For many people, owning a home is a significant milestone, and saving for a house deposit is often the first step to having a place to call your own. It is also the largest hurdle to overcome; the deposit is approximately 20 per cent of the property's value. In today's real estate market, that rate could mean a price tag of six figures or higher.
For the average Australian, raising that amount might take several years. If you don't have the funds for a deposit, though, it does not mean your dreams of homeownership will never come true.
Buying Without A Deposit: Achievable But Tough
It will not be easy to buy a home if you have no funds for the deposit. Most traditional lenders do not have an option for no-deposit loans because it is inherently risky. Some specialist lenders provide 100 per cent home loans but only with strict eligibility criteria. This type of loan also has higher interest rates.
Getting a loan with an LVR or loan-to-value ratio of 95 per cent is your best alternative. With this type of mortgage, you will only need to provide a five per cent deposit. Note, though, that you will still need to pay an LMI or lenders mortgage insurance to avail of a loan like this.
Eligibility For No-Deposit Home Loans
The criteria that lenders impose on borrowers applying for 100 per cent LVR loans are stringent. They look for near-perfect credit scores with at least one of the main reporting agencies, a consistent repayment history, and a stable income with continuous employment for at least three years.
Some lenders could stipulate that applicants must have a minimum salary of $150,000 per year. This value goes up to $180,000 for couples. Furthermore, the property in question should be a house, townhouse, unit, or vacant land in a major regional centre, town, or city.
How can you get a home loan without a deposit?
Even if you don't have enough funding for a deposit, you can still secure a loan in several ways. Here are some of the most popular ones.
Having A Guarantor For Your Loan
A home loan guarantor is an immediate family member like a parent or sibling who agrees to step in and pay the loan, should the borrower be unable to do so. Sometimes, uncles and aunts are allowed to be guarantors as well. When someone agrees to become a guarantor, the lender could ask them to offer equity as security; lenders often provide loans of up to 105 per cent to cover for expenses like application fees and stamp duty.

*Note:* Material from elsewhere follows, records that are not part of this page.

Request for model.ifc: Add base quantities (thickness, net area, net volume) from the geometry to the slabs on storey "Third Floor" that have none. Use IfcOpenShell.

First a look at what the model holds.

```python
import ifcopenshell
import ifcopenshell.util.element
import ifcopenshell.util.unit

model = ifcopenshell.open("model.ifc")
print(model.schema)
for unit_type in ("LENGTHUNIT", "AREAUNIT", "VOLUMEUNIT"):
    print(unit_type, ifcopenshell.util.unit.calculate_unit_scale(model, unit_type))
storey = next(s for s in model.by_type("IfcBuildingStorey") if s.Name == "Third Floor")
slabs = [e for e in ifcopenshell.util.element.get_decomposition(storey) if e.is_a("IfcSlab")]
for e in sorted(slabs, key=lambda e: e.id()):
    print(e.id(), e.is_a(), e.Name, list(ifcopenshell.util.element.get_psets(e, qtos_only=True)), sep=" | ")
```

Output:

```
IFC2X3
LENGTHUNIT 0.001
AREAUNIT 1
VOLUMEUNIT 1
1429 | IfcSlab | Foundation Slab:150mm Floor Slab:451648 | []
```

```python
import ifcopenshell
import ifcopenshell.api.pset
import ifcopenshell.geom
import ifcopenshell.util.element
import ifcopenshell.util.shape
import ifcopenshell.util.unit

model = ifcopenshell.open("model.ifc")
unit_scale = ifcopenshell.util.unit.calculate_unit_scale(model)
area_scale = ifcopenshell.util.unit.calculate_unit_scale(model, "AREAUNIT")
volume_scale = ifcopenshell.util.unit.calculate_unit_scale(model, "VOLUMEUNIT")
settings = ifcopenshell.geom.settings()

storey = next(s for s in model.by_type("IfcBuildingStorey") if s.Name == "Third Floor")
slabs = [e for e in ifcopenshell.util.element.get_decomposition(storey) if e.is_a("IfcSlab")]

for e in sorted(slabs, key=lambda e: e.id()):
    if ifcopenshell.util.element.get_psets(e, qtos_only=True, should_inherit=False):
        continue
    # Geometry comes back in metres, in the element's own axes.
    shape = ifcopenshell.geom.create_shape(settings, e)
    values = {
        "Width": ifcopenshell.util.shape.get_z(shape.geometry) / unit_scale,
        "NetArea": ifcopenshell.util.shape.get_footprint_area(shape.geometry) / area_scale,
        "NetVolume": ifcopenshell.util.shape.get_volume(shape.geometry) / volume_scale,
    }
    qto = ifcopenshell.api.pset.add_qto(model, product=e, name="BaseQuantities")
    ifcopenshell.api.pset.edit_qto(model, qto=qto, properties=values)
    print(e.id(), {k: round(v, 3) for k, v in values.items()})

model.write("model_rev.ifc")
```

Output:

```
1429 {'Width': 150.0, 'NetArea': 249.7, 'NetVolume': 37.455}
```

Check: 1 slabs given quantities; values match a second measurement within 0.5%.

Avail Of Government Grants
A first-time homebuyer can avail of incentives from the State Revenue Office. Examples of these include the FHOG or First Home Owners Grant and the FHSS or First Home Super Saver Scheme. The FHOG is a one-off grant for first-time homebuyers constructing a new house or purchasing a property. Meanwhile, the FHSS lets first home buyers withdraw a part of their contributions to pay for their home deposit.
Another government programme is the FHLDS or First Home Loan Deposit Scheme. FHLDS lets first-time buyers skip the LMI on properties with a five per cent deposit. There is a cap to this programme; only 10,000 borrowers can avail of it every financial year. For the 2020/21 financial year, though, the government has opened an additional 10,000 slots.
First-time buyers would be pleased to note that these government-funded grants can be used on top of each other. The question is, will this be enough to cover the deposit. After all, there are still monetary limits to subsidies like these.
Make Financial Gifts Part Of The Deposit
Some lenders allow substantial monetary gifts to count towards the deposit. If you receive this kind of gift from parents or relatives, you might want to research lenders that allow this practice. Some lenders only accept deposits made of genuine savings, which means regular and incremental deposits over time.
Conclusion
Though there are various ways to avail of a home without paying a large deposit, the most financially secure way to homeownership is by having sufficient funding. When you have enough money saved for a deposit, you can better manage your finances and decrease the chances of defaulting on your mortgage. Lenders also tend to approve loans if the applicant has a stable financial situation.